F(s) =\displaystyle \prod_p\left(1+p^{-s}\right)\prod_p \left(\frac{1+p^{-s}-2p^{-s-1}}{1+p^{-s}}\right)>C_3 \prod_p (1+p^{-s}),\hspace{4mm} (5)

in which C_3 denotes the infinite product

C_3:=\displaystyle\prod_p \left(1-\frac{2}{p^2+p}\right) \approx 0.471681.

We recognize the rightmost product in (5) as an Euler product relating to the Möbius function, and so

F(s) > \displaystyle C_3 \sum_{m=1}^\infty \frac{\vert\mu(m)\vert}{m^s}=\frac{C_3\zeta(s)}{\zeta(2s)}

as s \to 1 along the positive axis.  It follows that the N-th partial sum to F(1) satisfies

\displaystyle\sum_{m=1}^N \frac{\mu(m)^2\phi_2(m)}{m} \gtrsim \frac{C_3 \log N}{\zeta(2)}

(by a consideration of the residue of \zeta(s) at s=1), which yields to us the estimate

\displaystyle\tau(n) \gtrsim 2\rho\sqrt{n}\cdot \frac{C_3\log \sqrt{n}}{\zeta(2)}=\frac{\rho \, C_3}{\zeta(2)} \sqrt{n} \log n

using (4). \square

To get a handle on the constant appearing in the final estimate of this proof, we can unravel all of our infinite products.  The resulting constant is then

\displaystyle\prod_{p} \left(\frac{(p-1)^2(p+2)(p^2-2)}{p^5}\right)=\prod_p \left(1-\frac{5}{p^2}+\frac{2}{p^3}+\frac{6}{p^4}-\frac{4}{p^5}\right)

\approx 0.0925145 > \frac{1}{11}.

Thus the implied constant in the statement of Theorem 2 may be taken in (slight) excess of 1/11, as earlier claimed.  Without a doubt, this constant can be improved (perhaps with a more careful treatment of \rho).


Exercise: As f(t) \in \mathbb{Z}[t] varies over the polynomials of degree 2, show thatd(SF_f) can be made both arbitrarily large (less than 1) and arbitrarily small (while greater than 0).  Is it the case that

\{d(SF_f) : f(t) \in \mathbb{Z}[t] \text{ of degree } 2\}

is dense in [0,1]?

Exercise: When f(t) \in \mathbb{Z}[t] is of degree 2, what are the possible values of \# X(p^2)?

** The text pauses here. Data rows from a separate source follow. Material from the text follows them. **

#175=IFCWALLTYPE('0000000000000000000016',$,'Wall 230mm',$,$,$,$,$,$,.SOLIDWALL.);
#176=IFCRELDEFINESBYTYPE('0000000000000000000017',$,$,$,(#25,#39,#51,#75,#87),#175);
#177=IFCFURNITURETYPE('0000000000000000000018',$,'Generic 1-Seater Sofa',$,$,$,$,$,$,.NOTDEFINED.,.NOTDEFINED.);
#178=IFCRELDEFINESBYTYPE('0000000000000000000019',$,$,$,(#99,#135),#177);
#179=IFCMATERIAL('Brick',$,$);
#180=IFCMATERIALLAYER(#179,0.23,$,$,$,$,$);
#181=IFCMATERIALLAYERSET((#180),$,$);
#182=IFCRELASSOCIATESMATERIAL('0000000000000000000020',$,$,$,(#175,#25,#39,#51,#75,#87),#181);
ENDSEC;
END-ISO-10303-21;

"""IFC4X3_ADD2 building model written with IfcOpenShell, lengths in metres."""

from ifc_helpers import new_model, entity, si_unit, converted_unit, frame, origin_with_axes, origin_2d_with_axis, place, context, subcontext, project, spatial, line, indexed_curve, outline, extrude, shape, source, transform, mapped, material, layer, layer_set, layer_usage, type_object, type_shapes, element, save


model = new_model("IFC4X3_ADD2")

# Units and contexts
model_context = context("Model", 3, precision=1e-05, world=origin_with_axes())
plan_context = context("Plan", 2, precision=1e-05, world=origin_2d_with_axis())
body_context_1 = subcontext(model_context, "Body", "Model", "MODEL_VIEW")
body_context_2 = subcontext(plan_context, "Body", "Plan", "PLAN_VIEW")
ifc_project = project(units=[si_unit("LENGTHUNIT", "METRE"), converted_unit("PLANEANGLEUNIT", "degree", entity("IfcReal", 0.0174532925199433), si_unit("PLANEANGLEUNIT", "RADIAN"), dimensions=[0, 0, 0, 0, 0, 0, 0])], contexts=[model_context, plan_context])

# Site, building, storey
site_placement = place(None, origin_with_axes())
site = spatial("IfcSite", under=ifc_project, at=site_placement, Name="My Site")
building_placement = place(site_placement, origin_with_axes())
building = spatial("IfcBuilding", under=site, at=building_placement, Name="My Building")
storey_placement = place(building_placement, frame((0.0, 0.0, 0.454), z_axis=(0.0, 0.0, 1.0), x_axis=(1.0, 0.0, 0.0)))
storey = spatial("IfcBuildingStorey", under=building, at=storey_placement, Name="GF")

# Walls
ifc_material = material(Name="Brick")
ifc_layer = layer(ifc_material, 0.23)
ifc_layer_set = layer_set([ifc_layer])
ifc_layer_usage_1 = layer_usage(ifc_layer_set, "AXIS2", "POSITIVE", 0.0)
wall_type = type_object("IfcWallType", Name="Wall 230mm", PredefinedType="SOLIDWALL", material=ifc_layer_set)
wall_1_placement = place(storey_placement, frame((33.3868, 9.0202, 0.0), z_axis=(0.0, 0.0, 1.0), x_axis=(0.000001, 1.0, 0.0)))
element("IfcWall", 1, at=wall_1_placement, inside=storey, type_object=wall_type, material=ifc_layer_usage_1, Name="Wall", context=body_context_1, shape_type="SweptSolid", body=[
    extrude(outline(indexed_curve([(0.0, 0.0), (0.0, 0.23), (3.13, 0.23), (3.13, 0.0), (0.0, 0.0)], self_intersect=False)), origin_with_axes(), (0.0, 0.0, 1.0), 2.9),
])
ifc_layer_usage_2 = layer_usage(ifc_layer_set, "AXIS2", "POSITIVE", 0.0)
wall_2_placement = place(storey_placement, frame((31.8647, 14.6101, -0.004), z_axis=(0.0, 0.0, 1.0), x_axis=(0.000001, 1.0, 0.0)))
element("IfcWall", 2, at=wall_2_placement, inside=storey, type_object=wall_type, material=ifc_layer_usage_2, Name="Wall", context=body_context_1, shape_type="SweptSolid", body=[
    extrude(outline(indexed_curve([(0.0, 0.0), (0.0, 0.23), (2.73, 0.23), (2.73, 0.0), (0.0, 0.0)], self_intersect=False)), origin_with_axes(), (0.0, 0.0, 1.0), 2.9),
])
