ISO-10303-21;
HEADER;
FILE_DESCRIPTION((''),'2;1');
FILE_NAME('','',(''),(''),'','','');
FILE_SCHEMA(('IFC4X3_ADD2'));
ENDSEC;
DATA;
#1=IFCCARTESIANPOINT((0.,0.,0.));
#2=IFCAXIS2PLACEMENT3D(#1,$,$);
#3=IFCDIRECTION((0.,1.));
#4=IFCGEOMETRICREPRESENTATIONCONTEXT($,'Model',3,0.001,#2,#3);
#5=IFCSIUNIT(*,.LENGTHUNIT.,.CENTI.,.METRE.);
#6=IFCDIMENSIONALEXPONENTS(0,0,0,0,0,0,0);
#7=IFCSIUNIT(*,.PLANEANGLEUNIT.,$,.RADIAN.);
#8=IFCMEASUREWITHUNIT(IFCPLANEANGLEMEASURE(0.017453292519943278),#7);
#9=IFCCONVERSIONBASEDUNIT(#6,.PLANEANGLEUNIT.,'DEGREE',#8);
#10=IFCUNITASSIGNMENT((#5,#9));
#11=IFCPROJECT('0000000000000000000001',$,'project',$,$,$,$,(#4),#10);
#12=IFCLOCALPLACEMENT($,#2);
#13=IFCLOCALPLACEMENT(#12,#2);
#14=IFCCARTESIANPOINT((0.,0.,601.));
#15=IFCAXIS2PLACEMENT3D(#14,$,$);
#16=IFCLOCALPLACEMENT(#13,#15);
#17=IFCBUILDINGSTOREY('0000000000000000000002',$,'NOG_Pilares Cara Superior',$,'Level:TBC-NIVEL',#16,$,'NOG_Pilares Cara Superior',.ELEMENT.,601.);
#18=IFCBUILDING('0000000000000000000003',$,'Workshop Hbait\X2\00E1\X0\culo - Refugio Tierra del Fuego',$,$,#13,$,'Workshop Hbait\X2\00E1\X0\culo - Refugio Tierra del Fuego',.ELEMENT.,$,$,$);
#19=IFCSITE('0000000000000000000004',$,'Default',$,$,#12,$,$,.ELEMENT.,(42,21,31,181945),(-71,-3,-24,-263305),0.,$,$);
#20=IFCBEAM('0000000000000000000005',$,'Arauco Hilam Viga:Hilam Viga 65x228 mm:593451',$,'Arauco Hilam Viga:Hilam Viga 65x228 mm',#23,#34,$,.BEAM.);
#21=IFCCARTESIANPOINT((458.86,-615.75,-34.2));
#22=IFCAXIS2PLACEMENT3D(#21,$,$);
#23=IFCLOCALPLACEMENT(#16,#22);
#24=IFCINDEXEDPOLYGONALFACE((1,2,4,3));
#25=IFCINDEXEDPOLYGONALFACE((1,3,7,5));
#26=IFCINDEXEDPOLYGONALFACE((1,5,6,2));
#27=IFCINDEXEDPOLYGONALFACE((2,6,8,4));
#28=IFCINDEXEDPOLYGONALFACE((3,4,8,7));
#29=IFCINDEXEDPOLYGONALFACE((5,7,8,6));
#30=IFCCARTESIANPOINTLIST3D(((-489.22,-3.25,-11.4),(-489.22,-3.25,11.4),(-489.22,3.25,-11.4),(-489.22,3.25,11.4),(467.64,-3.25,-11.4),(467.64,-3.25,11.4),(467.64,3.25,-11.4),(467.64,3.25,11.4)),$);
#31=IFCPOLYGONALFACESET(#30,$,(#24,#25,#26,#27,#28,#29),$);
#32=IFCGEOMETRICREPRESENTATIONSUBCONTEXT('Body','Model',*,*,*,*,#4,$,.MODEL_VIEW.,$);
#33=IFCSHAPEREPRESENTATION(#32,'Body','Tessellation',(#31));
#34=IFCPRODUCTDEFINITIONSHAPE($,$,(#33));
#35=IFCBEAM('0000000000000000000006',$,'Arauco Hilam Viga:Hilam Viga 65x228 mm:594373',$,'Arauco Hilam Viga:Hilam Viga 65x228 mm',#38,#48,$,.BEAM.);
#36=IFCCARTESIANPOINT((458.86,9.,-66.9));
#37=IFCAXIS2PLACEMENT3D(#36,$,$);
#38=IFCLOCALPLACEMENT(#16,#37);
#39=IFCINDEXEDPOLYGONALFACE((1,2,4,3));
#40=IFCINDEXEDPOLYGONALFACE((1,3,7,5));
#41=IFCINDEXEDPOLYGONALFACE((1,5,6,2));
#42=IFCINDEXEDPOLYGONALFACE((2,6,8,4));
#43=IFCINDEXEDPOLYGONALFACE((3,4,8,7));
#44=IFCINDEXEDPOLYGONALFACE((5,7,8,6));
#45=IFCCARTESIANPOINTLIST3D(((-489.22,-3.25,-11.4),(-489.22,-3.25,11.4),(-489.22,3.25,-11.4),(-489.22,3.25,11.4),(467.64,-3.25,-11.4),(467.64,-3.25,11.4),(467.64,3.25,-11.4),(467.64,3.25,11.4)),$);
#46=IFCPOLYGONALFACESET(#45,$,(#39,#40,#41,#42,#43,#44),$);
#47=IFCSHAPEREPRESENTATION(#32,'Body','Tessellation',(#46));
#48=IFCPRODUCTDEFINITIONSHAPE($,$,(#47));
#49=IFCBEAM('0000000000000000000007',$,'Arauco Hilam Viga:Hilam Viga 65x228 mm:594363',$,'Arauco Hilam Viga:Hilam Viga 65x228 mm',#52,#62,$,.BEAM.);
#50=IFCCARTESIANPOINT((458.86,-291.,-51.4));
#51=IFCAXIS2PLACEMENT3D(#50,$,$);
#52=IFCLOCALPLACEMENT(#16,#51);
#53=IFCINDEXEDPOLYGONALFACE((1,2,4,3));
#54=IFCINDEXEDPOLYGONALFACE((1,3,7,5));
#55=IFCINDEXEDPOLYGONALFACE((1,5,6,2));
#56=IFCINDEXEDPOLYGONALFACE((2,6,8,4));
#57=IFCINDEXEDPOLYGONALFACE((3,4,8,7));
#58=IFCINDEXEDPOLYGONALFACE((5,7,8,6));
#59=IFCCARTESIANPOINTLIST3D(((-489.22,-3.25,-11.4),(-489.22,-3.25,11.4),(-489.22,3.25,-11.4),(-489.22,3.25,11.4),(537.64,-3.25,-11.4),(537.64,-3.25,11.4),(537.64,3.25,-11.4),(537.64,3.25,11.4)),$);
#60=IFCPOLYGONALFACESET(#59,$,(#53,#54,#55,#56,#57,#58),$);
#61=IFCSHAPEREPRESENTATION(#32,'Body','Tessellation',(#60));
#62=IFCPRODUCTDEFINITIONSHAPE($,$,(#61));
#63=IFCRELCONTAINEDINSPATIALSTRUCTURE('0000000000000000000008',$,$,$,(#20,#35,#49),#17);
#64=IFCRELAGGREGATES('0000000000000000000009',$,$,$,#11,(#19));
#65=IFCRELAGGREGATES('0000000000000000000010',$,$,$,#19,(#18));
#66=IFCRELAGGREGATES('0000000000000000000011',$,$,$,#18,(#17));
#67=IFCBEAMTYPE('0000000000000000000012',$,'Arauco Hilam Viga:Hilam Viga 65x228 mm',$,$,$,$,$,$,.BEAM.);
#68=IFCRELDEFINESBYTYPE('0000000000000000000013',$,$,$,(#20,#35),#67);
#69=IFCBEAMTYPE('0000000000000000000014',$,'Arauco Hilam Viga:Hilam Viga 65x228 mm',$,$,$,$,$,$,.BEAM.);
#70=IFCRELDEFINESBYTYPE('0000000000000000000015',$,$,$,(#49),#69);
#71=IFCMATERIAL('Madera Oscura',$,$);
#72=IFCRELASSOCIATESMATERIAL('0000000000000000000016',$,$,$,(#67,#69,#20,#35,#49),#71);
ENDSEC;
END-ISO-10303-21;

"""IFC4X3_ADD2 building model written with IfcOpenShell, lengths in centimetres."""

from ifc_helpers import new_model, entity, si_unit, converted_unit, direction, frame, origin, origin_2d_with_axis, place, context, subcontext, project, spatial, rectangle, extrude, source, transform, mapped, material, material_profile, profile_set, profile_usage, type_object, type_shapes, element, save


model = new_model("IFC4X3_ADD2")

# Units and contexts
model_context = context("Model", 3, precision=0.001, world=origin(), true_north=direction((0.0, 1.0)))
body_context = subcontext(model_context, "Body", "Model", "MODEL_VIEW")
ifc_project = project(units=[si_unit("LENGTHUNIT", "METRE", prefix="CENTI"), converted_unit("PLANEANGLEUNIT", "DEGREE", entity("IfcPlaneAngleMeasure", 0.017453292519943278), si_unit("PLANEANGLEUNIT", "RADIAN"), dimensions=[0, 0, 0, 0, 0, 0, 0])], contexts=[model_context])

# Site, building, storey
site_placement = place(None, origin())
site = spatial("IfcSite", under=ifc_project, at=site_placement, Name="Default", CompositionType="ELEMENT", RefLatitude=(42, 21, 31, 181945), RefLongitude=(-71, -3, -24, -263305), RefElevation=0.0)
building_placement = place(site_placement, origin())
building = spatial("IfcBuilding", under=site, at=building_placement, Name="Workshop Hbaitáculo - Refugio Tierra del Fuego", LongName="Workshop Hbaitáculo - Refugio Tierra del Fuego", CompositionType="ELEMENT")
storey_placement = place(building_placement, frame((0.0, 0.0, 601.0)))
storey = spatial("IfcBuildingStorey", under=building, at=storey_placement, Name="NOG_Pilares Cara Superior", ObjectType="Level:TBC-NIVEL", LongName="NOG_Pilares Cara Superior", CompositionType="ELEMENT", Elevation=601.0)

# Beams
ifc_material = material(Name="Madera Oscura")
ifc_material_profile = material_profile(ifc_material, rectangle(XDim=930.0, YDim=6.5, at=origin_2d_with_axis()), Name="Hilam Viga 65x228 mm")
ifc_profile_set = profile_set([ifc_material_profile], Name="Hilam Viga 65x228 mm")
ifc_profile_usage = profile_usage(ifc_profile_set, cardinal=8)
beam_type_1 = type_object("IfcBeamType", Name="Arauco Hilam Viga:Hilam Viga 65x228 mm", PredefinedType="BEAM", material=ifc_profile_set)
shared_shape_1 = source(origin(), body_context, "Body", "SweptSolid", [
    extrude(rectangle(XDim=6.5, YDim=956.86, at=origin_2d_with_axis()), frame((-10.79, 0.0, -11.4), z_axis=(0.0, 0.0, 1.0), x_axis=(0.0, 1.0, 0.0)), (0.0, 0.0, 1.0), 22.8),
])
type_shapes(beam_type_1, [shared_shape_1])
for number, where, name in (
    (1, (458.86, -615.75, -34.2), "Arauco Hilam Viga:Hilam Viga 65x228 mm:593451"),
    (2, (458.86, 9.0, -66.9), "Arauco Hilam Viga:Hilam Viga 65x228 mm:594373"),
):
    element("IfcBeam", number, at=place(storey_placement, frame(where)), inside=storey, type_object=beam_type_1, material=ifc_profile_usage, Name=name, ObjectType="Arauco Hilam Viga:Hilam Viga 65x228 mm", PredefinedType="BEAM", context=body_context, shape_type="MappedRepresentation", body=[
        mapped(shared_shape_1, transform((0.0, 0.0, 0.0), scale=1.0)),
    ])
beam_type_2 = type_object("IfcBeamType", Name="Arauco Hilam Viga:Hilam Viga 65x228 mm", PredefinedType="BEAM", material=ifc_profile_set)
shared_shape_2 = source(origin(), body_context, "Body", "SweptSolid", [
    extrude(rectangle(XDim=6.5, YDim=1026.86, at=origin_2d_with_axis()), frame((24.21, 0.0, -11.4), z_axis=(0.0, 0.0, 1.0), x_axis=(0.0, 1.0, 0.0)), (0.0, 0.0, 1.0), 22.8),
])
type_shapes(beam_type_2, [shared_shape_2])
beam_placement = place(storey_placement, frame((458.86, -291.0, -51.4)))
element("IfcBeam", 3, at=beam_placement, inside=storey, type_object=beam_type_2, material=ifc_profile_usage, Name="Arauco Hilam Viga:Hilam Viga 65x228 mm:594363", ObjectType="Arauco Hilam Viga:Hilam Viga 65x228 mm", PredefinedType="BEAM", context=body_context, shape_type="MappedRepresentation", body=[
    mapped(shared_shape_2, transform((0.0, 0.0, 0.0), scale=1.0)),
])

save(model, "model.ifc")
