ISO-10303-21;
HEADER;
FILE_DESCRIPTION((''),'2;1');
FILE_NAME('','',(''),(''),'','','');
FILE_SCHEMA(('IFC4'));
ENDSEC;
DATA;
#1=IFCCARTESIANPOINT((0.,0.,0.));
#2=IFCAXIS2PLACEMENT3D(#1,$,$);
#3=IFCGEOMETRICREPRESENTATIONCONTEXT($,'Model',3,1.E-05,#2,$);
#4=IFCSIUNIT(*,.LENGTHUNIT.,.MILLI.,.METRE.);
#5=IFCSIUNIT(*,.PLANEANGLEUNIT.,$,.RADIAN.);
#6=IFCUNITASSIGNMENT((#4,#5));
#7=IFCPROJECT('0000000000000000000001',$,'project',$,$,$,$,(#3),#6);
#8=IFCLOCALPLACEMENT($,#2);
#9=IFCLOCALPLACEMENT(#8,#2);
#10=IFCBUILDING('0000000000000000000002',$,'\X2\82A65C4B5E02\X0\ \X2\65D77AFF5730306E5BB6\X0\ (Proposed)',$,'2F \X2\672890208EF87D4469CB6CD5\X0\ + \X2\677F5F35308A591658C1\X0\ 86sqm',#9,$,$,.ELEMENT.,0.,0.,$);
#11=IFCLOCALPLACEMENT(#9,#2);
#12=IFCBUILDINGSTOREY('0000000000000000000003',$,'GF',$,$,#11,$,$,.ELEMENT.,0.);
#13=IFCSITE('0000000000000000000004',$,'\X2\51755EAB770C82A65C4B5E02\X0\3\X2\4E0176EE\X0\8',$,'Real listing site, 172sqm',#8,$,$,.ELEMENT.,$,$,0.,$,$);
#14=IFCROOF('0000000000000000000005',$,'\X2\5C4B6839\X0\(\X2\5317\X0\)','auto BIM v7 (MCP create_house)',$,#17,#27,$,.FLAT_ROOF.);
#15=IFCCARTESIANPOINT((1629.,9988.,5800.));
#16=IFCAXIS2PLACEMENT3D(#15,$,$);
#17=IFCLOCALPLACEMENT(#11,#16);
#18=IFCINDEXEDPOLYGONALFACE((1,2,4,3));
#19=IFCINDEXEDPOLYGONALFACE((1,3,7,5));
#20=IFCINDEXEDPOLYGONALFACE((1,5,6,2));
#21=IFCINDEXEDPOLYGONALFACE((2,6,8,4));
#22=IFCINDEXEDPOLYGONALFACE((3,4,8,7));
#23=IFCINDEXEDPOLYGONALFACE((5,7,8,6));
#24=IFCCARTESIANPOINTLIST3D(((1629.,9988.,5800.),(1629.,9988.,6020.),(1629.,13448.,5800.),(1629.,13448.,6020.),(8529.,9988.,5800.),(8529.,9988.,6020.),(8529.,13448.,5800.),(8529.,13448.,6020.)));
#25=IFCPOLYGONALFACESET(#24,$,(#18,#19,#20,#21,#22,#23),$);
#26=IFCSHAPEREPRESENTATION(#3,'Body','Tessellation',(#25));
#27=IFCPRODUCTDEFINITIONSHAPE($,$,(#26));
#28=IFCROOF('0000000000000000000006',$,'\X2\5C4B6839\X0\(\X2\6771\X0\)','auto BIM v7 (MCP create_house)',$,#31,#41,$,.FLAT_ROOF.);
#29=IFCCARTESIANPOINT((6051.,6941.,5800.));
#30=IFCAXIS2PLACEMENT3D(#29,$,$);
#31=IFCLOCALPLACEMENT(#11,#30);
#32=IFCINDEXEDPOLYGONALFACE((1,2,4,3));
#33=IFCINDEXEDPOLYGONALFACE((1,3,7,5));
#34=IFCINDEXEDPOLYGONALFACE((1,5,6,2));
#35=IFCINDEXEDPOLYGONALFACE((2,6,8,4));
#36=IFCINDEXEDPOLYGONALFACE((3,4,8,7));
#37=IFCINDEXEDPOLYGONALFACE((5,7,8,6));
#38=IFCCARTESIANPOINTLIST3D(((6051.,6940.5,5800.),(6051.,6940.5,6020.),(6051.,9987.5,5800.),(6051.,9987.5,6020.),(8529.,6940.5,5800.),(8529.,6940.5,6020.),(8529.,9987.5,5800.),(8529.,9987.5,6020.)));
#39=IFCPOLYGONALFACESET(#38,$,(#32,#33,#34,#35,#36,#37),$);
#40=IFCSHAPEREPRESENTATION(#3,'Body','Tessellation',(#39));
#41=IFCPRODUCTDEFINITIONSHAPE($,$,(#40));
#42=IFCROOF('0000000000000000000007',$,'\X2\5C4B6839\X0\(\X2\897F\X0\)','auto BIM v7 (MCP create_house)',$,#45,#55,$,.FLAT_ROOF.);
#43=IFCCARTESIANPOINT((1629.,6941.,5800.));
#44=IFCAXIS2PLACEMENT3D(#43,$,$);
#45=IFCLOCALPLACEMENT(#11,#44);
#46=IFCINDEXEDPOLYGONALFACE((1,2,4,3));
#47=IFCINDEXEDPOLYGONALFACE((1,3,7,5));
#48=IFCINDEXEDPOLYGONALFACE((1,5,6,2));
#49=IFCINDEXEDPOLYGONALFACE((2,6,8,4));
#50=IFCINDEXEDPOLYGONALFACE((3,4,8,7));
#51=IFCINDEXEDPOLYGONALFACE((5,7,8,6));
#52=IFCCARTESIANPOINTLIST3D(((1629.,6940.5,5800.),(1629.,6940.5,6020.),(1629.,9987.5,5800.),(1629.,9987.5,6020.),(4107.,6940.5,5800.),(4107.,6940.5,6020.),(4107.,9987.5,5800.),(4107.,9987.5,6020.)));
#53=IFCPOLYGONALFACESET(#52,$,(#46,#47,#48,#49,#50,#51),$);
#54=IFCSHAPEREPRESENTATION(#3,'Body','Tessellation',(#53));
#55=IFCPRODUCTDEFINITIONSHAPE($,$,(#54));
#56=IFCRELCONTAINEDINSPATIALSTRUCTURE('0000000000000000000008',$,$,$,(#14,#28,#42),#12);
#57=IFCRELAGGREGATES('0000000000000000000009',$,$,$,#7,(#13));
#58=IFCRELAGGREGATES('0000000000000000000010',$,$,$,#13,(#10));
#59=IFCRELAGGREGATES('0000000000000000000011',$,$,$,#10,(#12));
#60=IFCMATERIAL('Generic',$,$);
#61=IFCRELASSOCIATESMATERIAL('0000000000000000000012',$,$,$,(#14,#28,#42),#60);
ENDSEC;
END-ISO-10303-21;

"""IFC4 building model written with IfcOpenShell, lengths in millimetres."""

from ifc_helpers import new_model, si_unit, frame, frame_2d, origin, place, context, project, spatial, rectangle, extrude, material, element, save


model = new_model("IFC4")

# Units and contexts
model_context = context("Model", 3, precision=1e-05, world=origin())
ifc_project = project(units=[si_unit("LENGTHUNIT", "METRE", prefix="MILLI"), si_unit("PLANEANGLEUNIT", "RADIAN")], contexts=[model_context])

# Site, building, storey
site_placement = place(None, origin())
site = spatial("IfcSite", under=ifc_project, at=site_placement, Name="兵庫県芦屋市3丁目8", ObjectType="Real listing site, 172sqm", CompositionType="ELEMENT", RefElevation=0.0)
building_placement = place(site_placement, origin())
building = spatial("IfcBuilding", under=site, at=building_placement, Name="芦屋市 旗竿地の家 (Proposed)", ObjectType="2F 木造軸組構法 + 板張り外壁 86sqm", CompositionType="ELEMENT", ElevationOfRefHeight=0.0, ElevationOfTerrain=0.0)
storey_placement = place(building_placement, origin())
storey = spatial("IfcBuildingStorey", under=building, at=storey_placement, Name="GF", CompositionType="ELEMENT", Elevation=0.0)

# Shared definitions
ifc_material = material(Name="Generic")

# Roofs
roof_1_placement = place(storey_placement, frame((1629.0, 9988.0, 5800.0)))
element("IfcRoof", 1, at=roof_1_placement, inside=storey, material=ifc_material, Name="屋根(北)", Description="auto BIM v7 (MCP create_house)", PredefinedType="FLAT_ROOF", context=model_context, shape_type="SweptSolid", body=[
    extrude(rectangle(XDim=6900.0, YDim=3460.0, at=frame_2d((3450.0, 1730.0))), frame((1629.0, 9988.0, 5800.0)), (0.0, 0.0, 1.0), 220.0),
])
roof_2_placement = place(storey_placement, frame((6051.0, 6941.0, 5800.0)))
element("IfcRoof", 2, at=roof_2_placement, inside=storey, material=ifc_material, Name="屋根(東)", Description="auto BIM v7 (MCP create_house)", PredefinedType="FLAT_ROOF", context=model_context, shape_type="SweptSolid", body=[
    extrude(rectangle(XDim=2478.0, YDim=3047.0, at=frame_2d((1239.0, 1523.0))), frame((6051.0, 6941.0, 5800.0)), (0.0, 0.0, 1.0), 220.0),
])
roof_3_placement = place(storey_placement, frame((1629.0, 6941.0, 5800.0)))
element("IfcRoof", 3, at=roof_3_placement, inside=storey, material=ifc_material, Name="屋根(西)", Description="auto BIM v7 (MCP create_house)", PredefinedType="FLAT_ROOF", context=model_context, shape_type="SweptSolid", body=[
    extrude(rectangle(XDim=2478.0, YDim=3047.0, at=frame_2d((1239.0, 1523.0))), frame((1629.0, 6941.0, 5800.0)), (0.0, 0.0, 1.0), 220.0),
])

save(model, "model.ifc")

Give necessary and sufficient conditions for each to occur.  (Take care in the case p=2.)

Exercise: Complete the proof of Theorem 1 in the case f \equiv 1 \mod 4, using the fact that


Exercise: What is the bound on \tau(n) which follows from the observation

\sqrt{n^2-2} =[n-1,\overline{1,n-2,2(n-1)}]

for n \geq 2 (i.e. that f(t):=t^2-2 admits a uniform root)?  (This exceeds the bound which we established at the end of Part II.)